Что меня поразило и привело в чувство – это период, когда мама лежала в коме и необходима была огромная сумма. Тогда увидела, кто есть кто, и по каким критериям дружат. Пока несчастья не было, я считала, что у меня очень много хороших друзей и родственников, но ошиблась. Жестоко. Слыша неутешительные диагнозы, огромные цифры, они отворачивались. Почти все, захлопывая дверь, советуя не приходить больше, у них своя жизнь. Думаю, в тот момент моей жизни меня такое отношение очень сильно поставило в нужную колею – надеяться только на себя, продавая все, что было, устраиваясь на несколько работ.
Удивительно, но лишь одна Настя, бывшая соседка и скромная девушка, помогла всем, чем могла, отдав все, что было. А ведь она воспитывает сына. Муж бросил и ушел к молоденькой секретарше, женившись на ней, крича о своем счастье на каждом шагу. Она поддерживала меня, гнала спать, когда та, кто на всех праздниках громче всех кричала, что подруга с детства и за меня в огонь и в воду, на улице, не приглашая в дом, грубо напомнила, что сейчас мое положение за гранью среднего, а муж ей запрещает с такими общаться. Еще, помнится, упрекнула, что я сама должна была это понять, а не заставлять ее проходить через этот неприятный разговор. В тот момент просто смотрела на нее, понимая, что у меня никого нет, и не было, а потом выдала: «Не беспокойся, мне такие подруги подавно не нужны».
Ушла, а потом встретила его, того, кого старалась избегать, чувствуя, что не мое, опасаясь и держась на расстоянии. Но Александр… он сделал все, чтобы обратила на него внимание, оценила по поступкам как замечательного мужчину, способного помочь и позаботиться. Было приятна такая забота, благодарила, но он меня совершенно не интересовал, как мужчина был противен. Я была уверена, что он сам поймет, ведь встречи были похожи на общение совершенно далеких людей, заставляющих себя разговаривать. Для меня он был хорошим знакомым. А потом матери нужно было лечение, и он помог с деньгами, договорившись со всеми за меня, уверив, что все сделает, но условие – брак. Согласилась, переступая через себя, подсознательно чувствуя, что ничего хорошего не выйдет.
Расписались, и сразу же определили мать в медицинский восстановительный центр. И тогда начался мой персональный ад в его квартире.
Глубже укуталась в одеяло, стараясь спрятаться и не вспоминать о следующих событиях в своей жизни, но всплывающие отрывки рвались в сознание, не давая забыть.

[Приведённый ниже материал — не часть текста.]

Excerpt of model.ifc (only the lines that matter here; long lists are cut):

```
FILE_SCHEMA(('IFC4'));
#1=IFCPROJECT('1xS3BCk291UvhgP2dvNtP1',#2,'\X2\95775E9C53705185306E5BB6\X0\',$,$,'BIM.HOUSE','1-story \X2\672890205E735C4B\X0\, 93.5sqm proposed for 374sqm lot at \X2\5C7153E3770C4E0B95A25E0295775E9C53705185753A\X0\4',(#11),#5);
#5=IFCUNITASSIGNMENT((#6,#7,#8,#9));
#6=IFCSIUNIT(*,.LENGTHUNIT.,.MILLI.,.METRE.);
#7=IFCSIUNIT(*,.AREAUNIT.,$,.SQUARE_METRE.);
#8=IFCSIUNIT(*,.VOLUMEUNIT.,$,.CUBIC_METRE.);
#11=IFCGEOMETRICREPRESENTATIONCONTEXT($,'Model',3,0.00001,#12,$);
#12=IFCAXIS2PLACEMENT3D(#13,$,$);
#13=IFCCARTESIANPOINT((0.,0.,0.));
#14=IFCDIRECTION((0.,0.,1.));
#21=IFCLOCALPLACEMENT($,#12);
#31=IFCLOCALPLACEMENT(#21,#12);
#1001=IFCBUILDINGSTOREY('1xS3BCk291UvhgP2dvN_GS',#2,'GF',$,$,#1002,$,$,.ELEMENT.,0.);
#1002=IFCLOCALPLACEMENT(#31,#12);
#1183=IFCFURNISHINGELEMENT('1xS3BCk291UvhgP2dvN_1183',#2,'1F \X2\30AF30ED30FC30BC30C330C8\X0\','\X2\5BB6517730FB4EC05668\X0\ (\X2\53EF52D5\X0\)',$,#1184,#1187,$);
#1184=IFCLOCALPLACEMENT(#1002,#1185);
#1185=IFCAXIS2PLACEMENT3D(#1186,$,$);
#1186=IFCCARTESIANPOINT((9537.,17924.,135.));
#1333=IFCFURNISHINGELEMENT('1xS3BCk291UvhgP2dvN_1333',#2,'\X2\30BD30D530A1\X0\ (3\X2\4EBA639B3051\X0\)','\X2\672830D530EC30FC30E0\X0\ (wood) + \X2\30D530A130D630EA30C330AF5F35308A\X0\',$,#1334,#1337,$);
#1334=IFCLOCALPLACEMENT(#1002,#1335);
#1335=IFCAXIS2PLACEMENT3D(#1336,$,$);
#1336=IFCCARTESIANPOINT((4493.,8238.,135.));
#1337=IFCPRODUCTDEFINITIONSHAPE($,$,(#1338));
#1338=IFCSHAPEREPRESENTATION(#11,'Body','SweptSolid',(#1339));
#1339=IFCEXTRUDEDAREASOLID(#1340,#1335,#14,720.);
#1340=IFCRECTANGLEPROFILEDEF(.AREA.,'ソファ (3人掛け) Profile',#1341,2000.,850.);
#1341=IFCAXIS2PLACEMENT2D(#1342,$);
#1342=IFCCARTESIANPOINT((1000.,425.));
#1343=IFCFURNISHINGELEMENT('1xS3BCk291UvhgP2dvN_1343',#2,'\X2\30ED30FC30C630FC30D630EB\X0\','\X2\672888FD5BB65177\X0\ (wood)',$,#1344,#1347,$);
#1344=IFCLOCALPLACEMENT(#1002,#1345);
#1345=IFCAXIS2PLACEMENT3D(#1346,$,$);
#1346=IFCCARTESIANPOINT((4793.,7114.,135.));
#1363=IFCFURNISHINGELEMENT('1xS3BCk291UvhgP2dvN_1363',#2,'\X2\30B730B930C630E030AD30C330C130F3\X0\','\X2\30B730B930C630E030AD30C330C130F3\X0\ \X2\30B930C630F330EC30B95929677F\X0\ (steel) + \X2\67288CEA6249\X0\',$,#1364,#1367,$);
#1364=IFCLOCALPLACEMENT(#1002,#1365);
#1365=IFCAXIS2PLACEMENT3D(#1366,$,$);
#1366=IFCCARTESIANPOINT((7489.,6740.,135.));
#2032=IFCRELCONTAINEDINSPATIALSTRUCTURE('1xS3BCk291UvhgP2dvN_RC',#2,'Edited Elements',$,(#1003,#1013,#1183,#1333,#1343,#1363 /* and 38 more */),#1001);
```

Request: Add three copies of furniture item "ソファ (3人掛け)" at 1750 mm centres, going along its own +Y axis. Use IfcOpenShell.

```python
import ifcopenshell
import ifcopenshell.api.geometry
import ifcopenshell.api.root
import ifcopenshell.util.element
import ifcopenshell.util.placement
import ifcopenshell.util.unit

model = ifcopenshell.open("model.ifc")
unit_scale = ifcopenshell.util.unit.calculate_unit_scale(model)


def reuse_history(source, copy):
    """copy_class also copies each property set's owner history, people and application; keep the originals."""
    for rel in copy.IsDefinedBy:
        if rel.is_a("IfcRelDefinesByProperties") and (history := rel.RelatingPropertyDefinition.OwnerHistory):
            rel.RelatingPropertyDefinition.OwnerHistory = source.OwnerHistory
            ifcopenshell.util.element.remove_deep2(model, history)


source = model.by_guid("1xS3BCk291UvhgP2dvN_1333")
base = ifcopenshell.util.placement.get_local_placement(source.ObjectPlacement)
step = base[:3, 1] * 1.75 / unit_scale

for i in range(1, 4):
    copy = ifcopenshell.api.root.copy_class(model, product=source)
    copy.Representation = ifcopenshell.util.element.copy_deep(
        model, source.Representation, exclude=["IfcGeometricRepresentationContext", "IfcRepresentationMap"]
    )
    reuse_history(source, copy)
    matrix = base.copy()
    matrix[:3, 3] += i * step
    print("added at", matrix[:3, 3].round(3) + 0.0)
    ifcopenshell.api.geometry.edit_object_placement(model, product=copy, matrix=matrix, is_si=False)

model.write("model-out.ifc")
```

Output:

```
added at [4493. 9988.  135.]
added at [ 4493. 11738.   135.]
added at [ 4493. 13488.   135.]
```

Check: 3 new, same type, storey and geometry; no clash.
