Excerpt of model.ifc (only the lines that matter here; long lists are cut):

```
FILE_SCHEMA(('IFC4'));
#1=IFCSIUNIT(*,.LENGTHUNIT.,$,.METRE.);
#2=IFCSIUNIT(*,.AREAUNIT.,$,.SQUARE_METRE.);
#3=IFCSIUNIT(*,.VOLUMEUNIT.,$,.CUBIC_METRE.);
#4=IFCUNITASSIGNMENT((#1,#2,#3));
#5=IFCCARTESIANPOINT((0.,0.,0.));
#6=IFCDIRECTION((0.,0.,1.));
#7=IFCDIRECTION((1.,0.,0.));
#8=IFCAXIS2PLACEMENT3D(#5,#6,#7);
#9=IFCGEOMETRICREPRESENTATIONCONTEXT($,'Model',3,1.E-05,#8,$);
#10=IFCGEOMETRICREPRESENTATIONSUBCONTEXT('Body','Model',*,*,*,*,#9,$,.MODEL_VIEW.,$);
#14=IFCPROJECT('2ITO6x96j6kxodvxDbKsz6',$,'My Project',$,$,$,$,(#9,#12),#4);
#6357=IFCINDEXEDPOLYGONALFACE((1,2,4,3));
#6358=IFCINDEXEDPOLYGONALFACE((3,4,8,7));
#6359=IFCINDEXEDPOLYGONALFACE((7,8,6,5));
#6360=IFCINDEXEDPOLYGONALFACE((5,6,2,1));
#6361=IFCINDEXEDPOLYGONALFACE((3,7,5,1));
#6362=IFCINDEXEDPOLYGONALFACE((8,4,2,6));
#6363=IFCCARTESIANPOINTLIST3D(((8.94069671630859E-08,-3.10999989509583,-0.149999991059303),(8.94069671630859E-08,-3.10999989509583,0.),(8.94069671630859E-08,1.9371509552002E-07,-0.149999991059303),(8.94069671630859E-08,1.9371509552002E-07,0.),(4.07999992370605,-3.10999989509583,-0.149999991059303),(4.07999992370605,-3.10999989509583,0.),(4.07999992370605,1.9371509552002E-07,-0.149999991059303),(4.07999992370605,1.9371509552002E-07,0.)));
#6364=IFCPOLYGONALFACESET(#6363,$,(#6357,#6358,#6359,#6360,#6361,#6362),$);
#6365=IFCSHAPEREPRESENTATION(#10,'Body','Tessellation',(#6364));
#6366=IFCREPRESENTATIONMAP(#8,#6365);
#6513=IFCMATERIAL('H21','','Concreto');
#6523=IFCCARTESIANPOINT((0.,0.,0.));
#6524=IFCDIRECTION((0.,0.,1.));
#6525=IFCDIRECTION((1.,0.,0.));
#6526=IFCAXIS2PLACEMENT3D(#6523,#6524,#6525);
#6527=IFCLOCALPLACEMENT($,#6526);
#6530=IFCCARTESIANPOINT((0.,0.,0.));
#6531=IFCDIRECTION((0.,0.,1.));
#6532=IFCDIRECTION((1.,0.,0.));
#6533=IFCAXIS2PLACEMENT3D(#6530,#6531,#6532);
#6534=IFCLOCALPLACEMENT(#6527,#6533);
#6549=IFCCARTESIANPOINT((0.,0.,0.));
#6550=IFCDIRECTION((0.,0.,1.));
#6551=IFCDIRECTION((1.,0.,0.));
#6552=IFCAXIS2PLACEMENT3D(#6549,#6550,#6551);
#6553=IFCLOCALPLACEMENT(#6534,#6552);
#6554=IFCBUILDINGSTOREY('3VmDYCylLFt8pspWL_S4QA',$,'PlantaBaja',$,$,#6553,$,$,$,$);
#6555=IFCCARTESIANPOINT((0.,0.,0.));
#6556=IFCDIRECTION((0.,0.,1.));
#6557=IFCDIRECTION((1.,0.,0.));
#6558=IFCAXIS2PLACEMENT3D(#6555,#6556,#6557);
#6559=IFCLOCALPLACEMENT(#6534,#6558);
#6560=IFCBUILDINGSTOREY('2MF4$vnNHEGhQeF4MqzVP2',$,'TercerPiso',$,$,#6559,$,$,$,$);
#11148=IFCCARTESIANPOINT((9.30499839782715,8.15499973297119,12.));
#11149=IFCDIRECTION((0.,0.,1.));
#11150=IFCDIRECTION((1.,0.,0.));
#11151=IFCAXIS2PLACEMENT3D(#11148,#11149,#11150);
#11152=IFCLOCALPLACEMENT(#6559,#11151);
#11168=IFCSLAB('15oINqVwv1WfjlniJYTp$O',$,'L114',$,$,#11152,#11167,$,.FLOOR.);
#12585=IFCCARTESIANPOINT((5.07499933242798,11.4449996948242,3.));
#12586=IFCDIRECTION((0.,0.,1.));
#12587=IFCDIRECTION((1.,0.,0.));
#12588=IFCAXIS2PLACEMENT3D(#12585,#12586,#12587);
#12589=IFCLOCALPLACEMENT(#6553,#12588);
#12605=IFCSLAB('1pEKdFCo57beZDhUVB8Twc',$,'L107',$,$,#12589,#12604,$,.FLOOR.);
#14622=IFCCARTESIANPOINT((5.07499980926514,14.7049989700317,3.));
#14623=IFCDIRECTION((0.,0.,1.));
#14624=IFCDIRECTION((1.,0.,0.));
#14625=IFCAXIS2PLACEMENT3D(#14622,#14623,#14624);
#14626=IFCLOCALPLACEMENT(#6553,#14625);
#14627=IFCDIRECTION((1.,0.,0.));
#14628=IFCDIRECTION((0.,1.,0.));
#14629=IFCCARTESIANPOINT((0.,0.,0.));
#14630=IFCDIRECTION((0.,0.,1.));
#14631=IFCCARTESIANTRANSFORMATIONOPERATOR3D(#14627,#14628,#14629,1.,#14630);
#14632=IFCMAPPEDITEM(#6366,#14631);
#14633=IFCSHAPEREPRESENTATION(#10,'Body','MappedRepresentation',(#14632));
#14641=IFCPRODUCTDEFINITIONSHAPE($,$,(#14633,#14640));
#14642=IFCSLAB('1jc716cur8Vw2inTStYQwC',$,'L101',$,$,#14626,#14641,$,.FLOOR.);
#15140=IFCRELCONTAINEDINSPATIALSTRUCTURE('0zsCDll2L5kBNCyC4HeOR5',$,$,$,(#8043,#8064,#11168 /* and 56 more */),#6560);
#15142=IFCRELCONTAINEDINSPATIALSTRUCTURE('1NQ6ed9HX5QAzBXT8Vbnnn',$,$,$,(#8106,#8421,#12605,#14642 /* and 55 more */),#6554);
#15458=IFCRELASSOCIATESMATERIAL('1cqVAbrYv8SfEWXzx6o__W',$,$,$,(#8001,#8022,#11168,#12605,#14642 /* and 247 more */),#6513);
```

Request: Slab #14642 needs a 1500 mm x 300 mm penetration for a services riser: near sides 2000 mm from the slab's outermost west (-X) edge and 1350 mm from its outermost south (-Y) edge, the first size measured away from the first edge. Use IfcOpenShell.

```python
import numpy as np
import ifcopenshell
import ifcopenshell.api.feature
import ifcopenshell.api.geometry
import ifcopenshell.api.root
import ifcopenshell.geom
import ifcopenshell.util.placement
import ifcopenshell.util.representation
import ifcopenshell.util.shape
import ifcopenshell.util.unit

model = ifcopenshell.open("model.ifc")
unit_scale = ifcopenshell.util.unit.calculate_unit_scale(model)
settings = ifcopenshell.geom.settings()


def volume(element):
    """Net volume in cubic metres, openings subtracted."""
    shape = ifcopenshell.geom.create_shape(settings, element)
    return ifcopenshell.util.shape.get_volume(shape.geometry)


slab = model.by_guid("1jc716cur8Vw2inTStYQwC")
before = volume(slab)

# Extent in the slab's own axes, in metres. The edges named are its -X and -Y sides.
slab_shape = ifcopenshell.geom.create_shape(settings, slab)
vertices = ifcopenshell.util.shape.get_vertices(slab_shape.geometry)
x_min, y_min, bottom = vertices.min(axis=0)
top = vertices[:, 2].max()

opening = ifcopenshell.api.root.create_entity(model, ifc_class="IfcOpeningElement", name="Services riser opening", predefined_type="OPENING")
context = ifcopenshell.util.representation.get_context(model, "Model", "Body", "MODEL_VIEW")
width, depth = 1.5, 0.3
outline = [(0.0, 0.0), (width, 0.0), (width, depth), (0.0, depth), (0.0, 0.0)]
# Overshoot both faces by 50 mm so the cut is clean.
shape = ifcopenshell.api.geometry.add_slab_representation(
    model, context=context, depth=top - bottom + 0.1, polyline=outline
)
ifcopenshell.api.geometry.assign_representation(model, product=opening, representation=shape)

matrix = ifcopenshell.util.placement.get_local_placement(slab.ObjectPlacement)
matrix[:, 3] = matrix @ np.append(np.array([x_min + 2, y_min + 1.35, bottom - 0.05]) / unit_scale, 1.0)
ifcopenshell.api.geometry.edit_object_placement(model, product=opening, matrix=matrix, is_si=False)
ifcopenshell.api.feature.add_feature(model, feature=opening, element=slab)

after = volume(slab)

print(f"slab volume {before:.3f} -> {after:.3f} m3")

model.write("model-out.ifc")
```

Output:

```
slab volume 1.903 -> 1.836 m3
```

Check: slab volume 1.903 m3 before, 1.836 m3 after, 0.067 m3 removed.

Никогда не думала, что можно ТАК ненавидеть. Но я ненавидела его каждой клеткой своего тела. До сих пор. Ничего не проходит и не забывается. Если тебя ломают, то это не вызывает смирения и надежды, что через время твой каратель будет лучше, поймет и станет по-другому относиться, кардинально изменяясь. Стокгольмский синдром – ерунда. Бред. Как можно любить чудовище, которое издевается над тобой, получает удовольствие от ужаса на твоем лице? Нет, с каждым днем ярость становилась сильнее, меня тошнило только от его приближения, каждое его движение вызывало желание закричать, ударить, бороться… убить. Я дошла до той точки, что готова была на все, лишь бы уйти… убежать прочь. Останавливала только мать…
До поры… до одного дня… Потом мне стало плевать… и я поехала в центр, намереваясь забрать и придумать другой способ, как достать деньги.
Откинула одеяло в сторону, и обняла руками ноги, прижимая к груди, пытаясь прийти в норму.
Думаю, сейчас, если бы мы встретились, он меня убил. В последнюю нашу встречу… когда мне удалось сбежать… я порезала лицо его же любимой игрушкой. А свое тело, как и лицо, он считал идеальным, красивым. Но это ничтожно, когда сам человек прогнил внутри. Нет, не человек, зверь. Думаю, теперь он мечтает о возмездии.